WaPo | There are no children at the residence, the lead officer assures his
colleagues. (There were.) There would be a significant quantity of
illegal drugs at the house, another says. (There weren’t.) The tactical
team then proceeds to raid the home of a black family in Richland
County. Most officers storm the front door with their guns while one
shatters some side windows as a distraction. Minutes go by. The
officers’ body language eventually shows signs of frustration as their
search for contraband continues to come up empty. Finally, someone finds
a book bag with traces of marijuana at the bottom — not enough to
smoke, much less sell. They arrest a young black man with long braids
for possession.
“I never one time said you’re a bad person,” the
lead officer tells his arrestee, with an odd cordiality. “I just have a
job to do, and you happen to be in the middle of it.”
The officer
also seems to know that the man is a student at a local technical
college. He’s working toward a degree in construction. The man also runs
a landscaping company to help pay for his education. The man later
tells the officer that he was on his way to pick up some lawnmowers that
morning. Knowing that he’s about to be arrested, he asks the officer if
he could tell his employee that he was arrested and won’t be able to
pick up the lawnmowers. He then gives the officer $876 in cash and asks
it to give it to his employee to go pick up the mowers, along with a
weed-eater.
Instead, the officer confiscates the money under
civil asset forfeiture laws. There is no obvious connection between the
money and the pot residue. The man volunteered the cash, mostly because
he didn’t want his arrest to hurt his business. In doing so, he provided
ample evidence that the cash had nothing to do with illegal activity.
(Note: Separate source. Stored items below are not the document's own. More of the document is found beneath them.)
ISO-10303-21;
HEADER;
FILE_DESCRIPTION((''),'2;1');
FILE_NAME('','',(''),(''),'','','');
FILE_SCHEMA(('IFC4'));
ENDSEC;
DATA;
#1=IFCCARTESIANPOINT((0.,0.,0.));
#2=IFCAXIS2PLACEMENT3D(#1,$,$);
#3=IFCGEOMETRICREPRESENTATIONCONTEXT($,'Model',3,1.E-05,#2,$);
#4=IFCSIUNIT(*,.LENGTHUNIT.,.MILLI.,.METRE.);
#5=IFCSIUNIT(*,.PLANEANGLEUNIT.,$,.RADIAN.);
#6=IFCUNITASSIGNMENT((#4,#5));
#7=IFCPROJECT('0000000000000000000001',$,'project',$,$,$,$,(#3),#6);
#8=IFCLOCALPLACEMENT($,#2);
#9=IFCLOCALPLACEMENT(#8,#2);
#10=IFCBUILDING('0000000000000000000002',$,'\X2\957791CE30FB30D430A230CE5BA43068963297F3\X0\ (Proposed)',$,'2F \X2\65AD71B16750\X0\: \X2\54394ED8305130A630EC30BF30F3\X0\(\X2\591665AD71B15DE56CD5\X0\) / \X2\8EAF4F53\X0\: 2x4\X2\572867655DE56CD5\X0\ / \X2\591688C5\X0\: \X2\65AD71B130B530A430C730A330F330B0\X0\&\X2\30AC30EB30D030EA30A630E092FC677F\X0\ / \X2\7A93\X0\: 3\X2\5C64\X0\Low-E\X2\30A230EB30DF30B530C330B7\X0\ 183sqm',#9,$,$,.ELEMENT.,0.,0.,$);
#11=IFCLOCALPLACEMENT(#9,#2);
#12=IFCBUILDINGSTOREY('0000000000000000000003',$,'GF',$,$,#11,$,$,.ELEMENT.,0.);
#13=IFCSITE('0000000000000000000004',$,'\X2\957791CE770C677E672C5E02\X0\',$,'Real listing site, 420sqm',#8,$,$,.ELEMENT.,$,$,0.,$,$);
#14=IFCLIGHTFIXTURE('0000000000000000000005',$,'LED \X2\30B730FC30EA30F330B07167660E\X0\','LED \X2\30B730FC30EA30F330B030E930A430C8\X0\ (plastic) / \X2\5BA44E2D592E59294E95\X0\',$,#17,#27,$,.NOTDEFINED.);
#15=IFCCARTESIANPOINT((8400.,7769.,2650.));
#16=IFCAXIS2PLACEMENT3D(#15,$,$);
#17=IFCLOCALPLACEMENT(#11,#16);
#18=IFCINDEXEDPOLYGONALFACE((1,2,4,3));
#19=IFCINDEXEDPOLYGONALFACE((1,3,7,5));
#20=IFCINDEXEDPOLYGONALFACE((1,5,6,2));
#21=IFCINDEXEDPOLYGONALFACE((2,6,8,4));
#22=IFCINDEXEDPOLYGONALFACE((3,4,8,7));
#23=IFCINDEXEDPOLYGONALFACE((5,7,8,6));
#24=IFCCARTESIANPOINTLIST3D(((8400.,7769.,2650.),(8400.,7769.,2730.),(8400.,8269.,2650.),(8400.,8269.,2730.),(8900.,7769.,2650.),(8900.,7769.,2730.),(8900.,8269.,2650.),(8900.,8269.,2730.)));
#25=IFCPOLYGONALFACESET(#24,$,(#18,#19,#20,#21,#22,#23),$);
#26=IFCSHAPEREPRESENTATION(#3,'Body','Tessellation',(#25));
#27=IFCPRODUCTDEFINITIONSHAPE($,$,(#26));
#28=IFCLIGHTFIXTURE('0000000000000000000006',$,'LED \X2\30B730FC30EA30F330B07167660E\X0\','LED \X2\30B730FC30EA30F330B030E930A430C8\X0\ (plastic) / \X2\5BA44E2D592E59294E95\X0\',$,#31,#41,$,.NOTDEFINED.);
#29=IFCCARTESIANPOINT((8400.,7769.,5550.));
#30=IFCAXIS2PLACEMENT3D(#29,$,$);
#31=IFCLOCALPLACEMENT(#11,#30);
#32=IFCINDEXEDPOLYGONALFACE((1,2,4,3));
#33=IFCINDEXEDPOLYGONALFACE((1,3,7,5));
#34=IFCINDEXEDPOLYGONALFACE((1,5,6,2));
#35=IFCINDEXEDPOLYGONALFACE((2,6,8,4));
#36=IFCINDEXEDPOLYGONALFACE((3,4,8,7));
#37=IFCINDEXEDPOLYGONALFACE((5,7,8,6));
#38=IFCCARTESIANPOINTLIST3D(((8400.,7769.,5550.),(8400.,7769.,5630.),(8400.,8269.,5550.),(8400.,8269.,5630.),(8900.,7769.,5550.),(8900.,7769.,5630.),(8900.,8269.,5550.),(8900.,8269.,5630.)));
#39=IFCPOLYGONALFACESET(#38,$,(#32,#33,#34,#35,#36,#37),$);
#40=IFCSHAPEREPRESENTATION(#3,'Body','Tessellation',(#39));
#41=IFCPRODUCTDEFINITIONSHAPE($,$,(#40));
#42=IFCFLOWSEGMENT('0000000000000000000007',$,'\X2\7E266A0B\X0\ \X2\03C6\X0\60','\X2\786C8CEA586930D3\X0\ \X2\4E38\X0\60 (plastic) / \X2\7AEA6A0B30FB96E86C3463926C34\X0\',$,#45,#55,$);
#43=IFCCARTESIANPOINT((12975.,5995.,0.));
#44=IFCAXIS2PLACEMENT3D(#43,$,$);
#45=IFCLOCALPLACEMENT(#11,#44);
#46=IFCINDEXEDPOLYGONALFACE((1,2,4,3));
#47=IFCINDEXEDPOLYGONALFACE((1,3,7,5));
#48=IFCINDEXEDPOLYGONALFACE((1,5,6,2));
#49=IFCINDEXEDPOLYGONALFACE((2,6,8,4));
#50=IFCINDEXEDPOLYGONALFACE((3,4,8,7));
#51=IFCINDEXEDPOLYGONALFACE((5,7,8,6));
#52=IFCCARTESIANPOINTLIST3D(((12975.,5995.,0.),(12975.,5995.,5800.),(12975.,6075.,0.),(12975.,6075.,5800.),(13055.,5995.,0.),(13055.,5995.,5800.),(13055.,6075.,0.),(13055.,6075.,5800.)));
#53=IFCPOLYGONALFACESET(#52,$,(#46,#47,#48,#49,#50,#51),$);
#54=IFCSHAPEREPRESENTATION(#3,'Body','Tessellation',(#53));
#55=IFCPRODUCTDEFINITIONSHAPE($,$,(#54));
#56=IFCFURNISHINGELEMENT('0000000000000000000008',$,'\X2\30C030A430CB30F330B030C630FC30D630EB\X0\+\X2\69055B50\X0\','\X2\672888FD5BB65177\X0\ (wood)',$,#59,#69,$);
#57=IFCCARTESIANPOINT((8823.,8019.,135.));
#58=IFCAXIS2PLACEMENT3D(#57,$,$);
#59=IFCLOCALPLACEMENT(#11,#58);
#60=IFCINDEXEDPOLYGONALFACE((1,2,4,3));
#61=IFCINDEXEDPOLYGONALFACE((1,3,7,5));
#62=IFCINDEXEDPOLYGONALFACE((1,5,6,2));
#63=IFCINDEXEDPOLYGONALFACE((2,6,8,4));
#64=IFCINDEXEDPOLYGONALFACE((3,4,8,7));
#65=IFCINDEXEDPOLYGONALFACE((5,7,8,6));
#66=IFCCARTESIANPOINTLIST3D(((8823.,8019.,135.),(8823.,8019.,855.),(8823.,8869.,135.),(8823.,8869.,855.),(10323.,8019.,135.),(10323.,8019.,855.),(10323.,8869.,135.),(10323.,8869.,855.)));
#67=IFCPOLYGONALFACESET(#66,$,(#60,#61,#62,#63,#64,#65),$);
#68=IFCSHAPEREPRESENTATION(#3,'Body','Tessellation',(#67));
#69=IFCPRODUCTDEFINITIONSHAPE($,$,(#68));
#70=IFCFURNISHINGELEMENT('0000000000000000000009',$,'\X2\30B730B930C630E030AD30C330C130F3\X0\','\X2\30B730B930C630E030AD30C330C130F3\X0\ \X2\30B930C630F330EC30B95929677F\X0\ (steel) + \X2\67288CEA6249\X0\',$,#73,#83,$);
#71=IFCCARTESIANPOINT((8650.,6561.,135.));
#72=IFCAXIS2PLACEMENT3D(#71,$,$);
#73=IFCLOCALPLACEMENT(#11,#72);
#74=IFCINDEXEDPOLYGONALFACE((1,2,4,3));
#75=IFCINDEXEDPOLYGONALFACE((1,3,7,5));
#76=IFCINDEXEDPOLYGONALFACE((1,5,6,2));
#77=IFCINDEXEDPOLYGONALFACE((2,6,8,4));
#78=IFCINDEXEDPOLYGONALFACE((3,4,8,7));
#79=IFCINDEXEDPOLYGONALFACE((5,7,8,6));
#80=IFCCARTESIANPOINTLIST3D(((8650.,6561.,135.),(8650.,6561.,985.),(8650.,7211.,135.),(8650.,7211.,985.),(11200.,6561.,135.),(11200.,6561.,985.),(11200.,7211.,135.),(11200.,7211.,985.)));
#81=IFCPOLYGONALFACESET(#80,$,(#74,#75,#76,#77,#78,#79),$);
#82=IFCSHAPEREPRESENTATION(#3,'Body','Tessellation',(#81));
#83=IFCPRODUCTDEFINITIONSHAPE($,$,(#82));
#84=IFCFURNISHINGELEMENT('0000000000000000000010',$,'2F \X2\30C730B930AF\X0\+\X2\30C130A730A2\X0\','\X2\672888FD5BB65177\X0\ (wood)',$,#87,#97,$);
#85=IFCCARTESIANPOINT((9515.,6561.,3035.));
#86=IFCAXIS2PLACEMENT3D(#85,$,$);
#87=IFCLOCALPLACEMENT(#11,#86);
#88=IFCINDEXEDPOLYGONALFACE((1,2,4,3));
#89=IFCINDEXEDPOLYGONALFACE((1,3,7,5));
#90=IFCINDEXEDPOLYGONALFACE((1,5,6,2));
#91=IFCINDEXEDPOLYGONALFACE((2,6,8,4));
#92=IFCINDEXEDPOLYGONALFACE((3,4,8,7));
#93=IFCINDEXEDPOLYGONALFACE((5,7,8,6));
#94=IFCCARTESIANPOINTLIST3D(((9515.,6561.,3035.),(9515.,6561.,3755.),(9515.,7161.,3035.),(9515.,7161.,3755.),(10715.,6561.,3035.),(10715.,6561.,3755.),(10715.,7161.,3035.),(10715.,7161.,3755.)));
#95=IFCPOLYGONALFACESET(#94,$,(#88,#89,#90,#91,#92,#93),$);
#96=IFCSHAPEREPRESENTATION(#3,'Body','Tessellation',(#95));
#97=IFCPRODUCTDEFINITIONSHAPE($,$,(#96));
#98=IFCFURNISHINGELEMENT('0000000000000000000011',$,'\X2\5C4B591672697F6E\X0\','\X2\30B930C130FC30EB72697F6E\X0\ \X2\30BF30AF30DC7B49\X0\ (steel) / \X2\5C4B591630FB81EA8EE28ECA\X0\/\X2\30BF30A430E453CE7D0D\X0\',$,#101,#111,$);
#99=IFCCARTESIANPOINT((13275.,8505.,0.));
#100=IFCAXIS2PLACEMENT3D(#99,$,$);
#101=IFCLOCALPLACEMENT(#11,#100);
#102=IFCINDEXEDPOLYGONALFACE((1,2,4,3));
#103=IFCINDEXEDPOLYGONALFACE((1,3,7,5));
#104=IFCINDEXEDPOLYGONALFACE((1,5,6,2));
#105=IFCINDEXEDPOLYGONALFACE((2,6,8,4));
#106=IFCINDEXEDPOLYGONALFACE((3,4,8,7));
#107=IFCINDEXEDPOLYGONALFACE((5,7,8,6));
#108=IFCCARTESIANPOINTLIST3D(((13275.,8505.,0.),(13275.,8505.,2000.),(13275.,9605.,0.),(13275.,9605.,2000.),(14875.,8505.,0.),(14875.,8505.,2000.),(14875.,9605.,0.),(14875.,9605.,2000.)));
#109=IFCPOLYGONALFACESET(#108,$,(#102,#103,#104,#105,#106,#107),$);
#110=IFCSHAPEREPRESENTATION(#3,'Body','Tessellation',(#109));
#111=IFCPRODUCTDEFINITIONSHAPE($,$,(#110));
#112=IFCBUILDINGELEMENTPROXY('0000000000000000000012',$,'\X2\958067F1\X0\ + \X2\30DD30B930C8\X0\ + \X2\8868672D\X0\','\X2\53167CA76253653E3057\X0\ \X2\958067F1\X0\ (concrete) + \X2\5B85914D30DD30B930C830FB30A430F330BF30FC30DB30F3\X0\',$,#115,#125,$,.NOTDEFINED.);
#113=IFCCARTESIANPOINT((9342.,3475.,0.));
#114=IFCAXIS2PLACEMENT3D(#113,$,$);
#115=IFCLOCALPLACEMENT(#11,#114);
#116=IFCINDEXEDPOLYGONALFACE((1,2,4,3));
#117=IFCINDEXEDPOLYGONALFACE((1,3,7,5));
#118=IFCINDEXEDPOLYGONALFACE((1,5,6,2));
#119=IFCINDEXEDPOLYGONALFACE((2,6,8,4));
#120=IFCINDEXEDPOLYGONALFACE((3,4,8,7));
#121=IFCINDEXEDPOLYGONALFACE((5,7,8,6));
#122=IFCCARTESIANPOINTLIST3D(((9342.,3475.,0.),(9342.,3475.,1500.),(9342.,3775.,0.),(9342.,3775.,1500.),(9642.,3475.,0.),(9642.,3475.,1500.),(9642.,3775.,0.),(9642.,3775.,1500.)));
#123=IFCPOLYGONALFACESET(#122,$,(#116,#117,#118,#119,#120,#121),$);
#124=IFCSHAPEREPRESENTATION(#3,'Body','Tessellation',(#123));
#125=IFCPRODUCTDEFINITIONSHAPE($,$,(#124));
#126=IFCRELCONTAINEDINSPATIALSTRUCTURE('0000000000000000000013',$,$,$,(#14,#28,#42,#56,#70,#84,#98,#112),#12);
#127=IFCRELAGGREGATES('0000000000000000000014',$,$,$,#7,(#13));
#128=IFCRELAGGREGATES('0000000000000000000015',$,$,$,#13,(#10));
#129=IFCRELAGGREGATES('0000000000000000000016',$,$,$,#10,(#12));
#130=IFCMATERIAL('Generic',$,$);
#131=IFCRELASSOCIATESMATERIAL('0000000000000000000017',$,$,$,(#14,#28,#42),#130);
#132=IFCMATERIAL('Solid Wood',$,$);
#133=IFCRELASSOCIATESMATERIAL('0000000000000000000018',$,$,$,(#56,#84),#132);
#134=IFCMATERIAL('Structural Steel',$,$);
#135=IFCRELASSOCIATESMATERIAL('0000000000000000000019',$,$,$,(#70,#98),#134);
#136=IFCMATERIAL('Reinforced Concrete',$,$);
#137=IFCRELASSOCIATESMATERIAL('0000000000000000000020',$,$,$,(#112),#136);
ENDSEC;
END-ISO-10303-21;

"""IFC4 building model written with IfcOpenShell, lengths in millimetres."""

from ifc_helpers import new_model, si_unit, frame, frame_2d, origin, place, context, project, spatial, rectangle, extrude, material, element, save


model = new_model("IFC4")

# Units and contexts
model_context = context("Model", 3, precision=1e-05, world=origin())
ifc_project = project(units=[si_unit("LENGTHUNIT", "METRE", prefix="MILLI"), si_unit("PLANEANGLEUNIT", "RADIAN")], contexts=[model_context])

# Site, building, storey
site_placement = place(None, origin())
site = spatial("IfcSite", under=ifc_project, at=site_placement, Name="長野県松本市", ObjectType="Real listing site, 420sqm", CompositionType="ELEMENT", RefElevation=0.0)
building_placement = place(site_placement, origin())
building = spatial("IfcBuilding", under=site, at=building_placement, Name="長野・ピアノ室と防音 (Proposed)", ObjectType="2F 断熱材: 吹付けウレタン(外断熱工法) / 躯体: 2x4在来工法 / 外装: 断熱サイディング&ガルバリウム鋼板 / 窓: 3層Low-Eアルミサッシ 183sqm", CompositionType="ELEMENT", ElevationOfRefHeight=0.0, ElevationOfTerrain=0.0)
storey_placement = place(building_placement, origin())
storey = spatial("IfcBuildingStorey", under=building, at=storey_placement, Name="GF", CompositionType="ELEMENT", Elevation=0.0)

# Shared definitions
ifc_material_1 = material(Name="Solid Wood")

# Shared definitions
ifc_material_2 = material(Name="Reinforced Concrete")

# Shared definitions
ifc_material_3 = material(Name="Structural Steel")

# Shared definitions
ifc_material_4 = material(Name="Generic")

# Light fixtures
light_fixture_1_placement = place(storey_placement, frame((8400.0, 7769.0, 2650.0)))
element("IfcLightFixture", 1, at=light_fixture_1_placement, inside=storey, material=ifc_material_4, Name="LED シーリング照明", Description="LED シーリングライト (plastic) / 室中央天井", PredefinedType="NOTDEFINED", context=model_context, shape_type="SweptSolid", body=[
    extrude(rectangle(XDim=500.0, YDim=500.0, at=frame_2d((250.0, 250.0))), frame((8400.0, 7769.0, 2650.0)), (0.0, 0.0, 1.0), 80.0),
])
light_fixture_2_placement = place(storey_placement, frame((8400.0, 7769.0, 5550.0)))
element("IfcLightFixture", 2, at=light_fixture_2_placement, inside=storey, material=ifc_material_4, Name="LED シーリング照明", Description="LED シーリングライト (plastic) / 室中央天井", PredefinedType="NOTDEFINED", context=model_context, shape_type="SweptSolid", body=[
    extrude(rectangle(XDim=500.0, YDim=500.0, at=frame_2d((250.0, 250.0))), frame((8400.0, 7769.0, 5550.0)), (0.0, 0.0, 1.0), 80.0),
])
Still, if unchallenged, the $876 will go back to the Richland County
Sheriff’s Department, even if the man is never charged with a crime. The
cost of hiring an attorney for such a challenge would likely exceed
$876.
Meanwhile, the man’s father asks the officers whether the
police would pay for the windows they just shattered. The lead officer
tells him that breaking the windows was a tactic, then adds, “The moral
of the story is, don’t sell drugs from your residence.” Perhaps
realizing that he had no evidence for what he had just accused the man
of doing, he tried to correct himself. “I didn’t say you were actually
doing it, I just said — said you were associated with … ” and then
there’s some mumbling.
The striking thing about the footage is, again, the utter mundanity
of the raid. A family was just violently raided over an immeasurable
amount of pot. A man was arrested over that pot. The money he needed for
his business was taken from him. Yet there’s no shame or embarrassment
from the officers. There’s no panic that the whole thing was captured on
video. That’s when it hits you. They don’t think they’ve made a
mistake. This is what they do. The lead officers later tells
the camera, matter-of-factly, that the raid turned up “a personal use
amount of marijuana.” Perhaps realizing that he was also on camera back
at the police station promising a much larger stash of drugs, he adds,
“It happens. Drug warrants are, you know, 50-50.”
The documentary
also eschews voice-overs and talking heads and simply lets law
enforcement officers speak for themselves. You don’t need a civil
rights activist or ACLU attorney to tell you about the threats posed by
militaristic, aggressive policing when law enforcement officers can make
the point unintentionally — and thus more powerfully and persuasive —
when they’re speaking freely.
For example, the directors attended
one of the many SWAT competitions across the country. One SWAT cop
officer reflected on his first raid. “I was just trying not to smile. I
thought it was so fun. I thought it was so cool,” he says. Since then,
he says, he always loves to watch the “SWAT pups” (his term for
first-year SWAT officers) on their first raid. “They’re always just
smiling from ear to ear. They’re just on top of the world.” At risk of
stating the obvious, the officers he’s describing are about to stage an
armed, potentially lethal invasion of a private residence.